Supplied material below:

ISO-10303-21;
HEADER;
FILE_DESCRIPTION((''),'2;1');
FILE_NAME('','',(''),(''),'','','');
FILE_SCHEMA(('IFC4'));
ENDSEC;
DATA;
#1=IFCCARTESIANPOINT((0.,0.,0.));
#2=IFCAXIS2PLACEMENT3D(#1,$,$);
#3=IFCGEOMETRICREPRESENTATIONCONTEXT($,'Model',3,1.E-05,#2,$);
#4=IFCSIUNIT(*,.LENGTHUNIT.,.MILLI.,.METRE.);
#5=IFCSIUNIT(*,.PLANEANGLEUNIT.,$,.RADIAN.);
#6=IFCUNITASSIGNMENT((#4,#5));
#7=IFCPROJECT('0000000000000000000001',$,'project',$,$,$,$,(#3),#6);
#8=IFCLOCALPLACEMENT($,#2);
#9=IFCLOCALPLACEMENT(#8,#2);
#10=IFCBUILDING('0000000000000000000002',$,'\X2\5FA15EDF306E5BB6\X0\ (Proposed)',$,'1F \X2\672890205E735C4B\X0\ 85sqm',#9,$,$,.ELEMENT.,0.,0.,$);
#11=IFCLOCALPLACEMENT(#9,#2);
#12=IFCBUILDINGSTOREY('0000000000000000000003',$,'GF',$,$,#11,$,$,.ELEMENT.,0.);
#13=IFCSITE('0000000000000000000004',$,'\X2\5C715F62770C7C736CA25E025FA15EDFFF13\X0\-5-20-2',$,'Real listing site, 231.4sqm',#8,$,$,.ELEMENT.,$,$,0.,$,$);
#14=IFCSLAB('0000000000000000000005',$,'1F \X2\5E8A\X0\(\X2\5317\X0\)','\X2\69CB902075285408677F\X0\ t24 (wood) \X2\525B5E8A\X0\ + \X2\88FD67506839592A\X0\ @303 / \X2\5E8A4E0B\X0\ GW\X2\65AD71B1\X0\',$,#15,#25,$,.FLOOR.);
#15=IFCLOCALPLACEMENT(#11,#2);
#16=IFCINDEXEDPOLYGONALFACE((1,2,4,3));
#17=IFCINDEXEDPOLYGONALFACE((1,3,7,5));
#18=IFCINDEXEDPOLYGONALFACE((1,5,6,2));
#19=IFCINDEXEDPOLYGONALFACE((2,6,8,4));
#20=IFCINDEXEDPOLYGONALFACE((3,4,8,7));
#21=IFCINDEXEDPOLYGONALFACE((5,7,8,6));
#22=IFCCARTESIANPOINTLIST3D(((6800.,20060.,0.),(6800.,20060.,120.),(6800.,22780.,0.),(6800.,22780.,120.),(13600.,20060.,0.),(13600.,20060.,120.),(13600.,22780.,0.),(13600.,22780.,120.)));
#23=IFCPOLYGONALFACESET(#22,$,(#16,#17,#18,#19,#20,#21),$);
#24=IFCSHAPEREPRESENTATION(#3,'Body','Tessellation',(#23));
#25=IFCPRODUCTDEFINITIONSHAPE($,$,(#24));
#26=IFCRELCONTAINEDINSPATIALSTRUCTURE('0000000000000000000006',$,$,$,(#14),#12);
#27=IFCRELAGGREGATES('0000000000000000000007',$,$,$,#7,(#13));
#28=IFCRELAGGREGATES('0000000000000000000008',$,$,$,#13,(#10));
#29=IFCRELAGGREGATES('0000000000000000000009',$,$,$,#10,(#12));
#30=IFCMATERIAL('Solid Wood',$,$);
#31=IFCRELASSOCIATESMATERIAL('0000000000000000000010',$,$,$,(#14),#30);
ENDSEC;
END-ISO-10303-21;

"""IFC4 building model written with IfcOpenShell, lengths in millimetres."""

from ifc_helpers import new_model, si_unit, frame, frame_2d, origin, place, context, project, spatial, rectangle, extrude, material, element, save


model = new_model("IFC4")

# Units and contexts
model_context = context("Model", 3, precision=1e-05, world=origin())
ifc_project = project(units=[si_unit("LENGTHUNIT", "METRE", prefix="MILLI"), si_unit("PLANEANGLEUNIT", "RADIAN")], contexts=[model_context])

# Site, building, storey
site_placement = place(None, origin())
site = spatial("IfcSite", under=ifc_project, at=site_placement, Name="山形県米沢市御廟３-5-20-2", ObjectType="Real listing site, 231.4sqm", CompositionType="ELEMENT", RefElevation=0.0)
building_placement = place(site_placement, origin())
building = spatial("IfcBuilding", under=site, at=building_placement, Name="御廟の家 (Proposed)", ObjectType="1F 木造平屋 85sqm", CompositionType="ELEMENT", ElevationOfRefHeight=0.0, ElevationOfTerrain=0.0)
storey_placement = place(building_placement, origin())
storey = spatial("IfcBuildingStorey", under=building, at=storey_placement, Name="GF", CompositionType="ELEMENT", Elevation=0.0)

# Slab
ifc_material_1 = material(Name="Solid Wood")
slab_1_placement = place(storey_placement, frame((3400.0, 10030.0, 0.0)))
element("IfcSlab", 1, at=slab_1_placement, inside=storey, material=ifc_material_1, Name="1F 床(北)", Description="構造用合板 t24 (wood) 剛床 + 製材根太 @303 / 床下 GW断熱", PredefinedType="FLOOR", context=model_context, shape_type="SweptSolid", body=[
    extrude(rectangle(XDim=6800.0, YDim=2720.0, at=frame_2d((3400.0, 1360.0))), frame((3400.0, 10030.0, 0.0)), (0.0, 0.0, 1.0), 120.0),
])

save(model, "model.ifc")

End of Supplied material.

Work required - The entries above hold a line with "#30=IFCMATERIAL('Solid Wood',$,$);" and a later line with "END-ISO-10303-21;". Write out exactly those lines and all lines between, nothing more.

Response to the task -
#30=IFCMATERIAL('Solid Wood',$,$);
#31=IFCRELASSOCIATESMATERIAL('0000000000000000000010',$,$,$,(#14),#30);
ENDSEC;
END-ISO-10303-21;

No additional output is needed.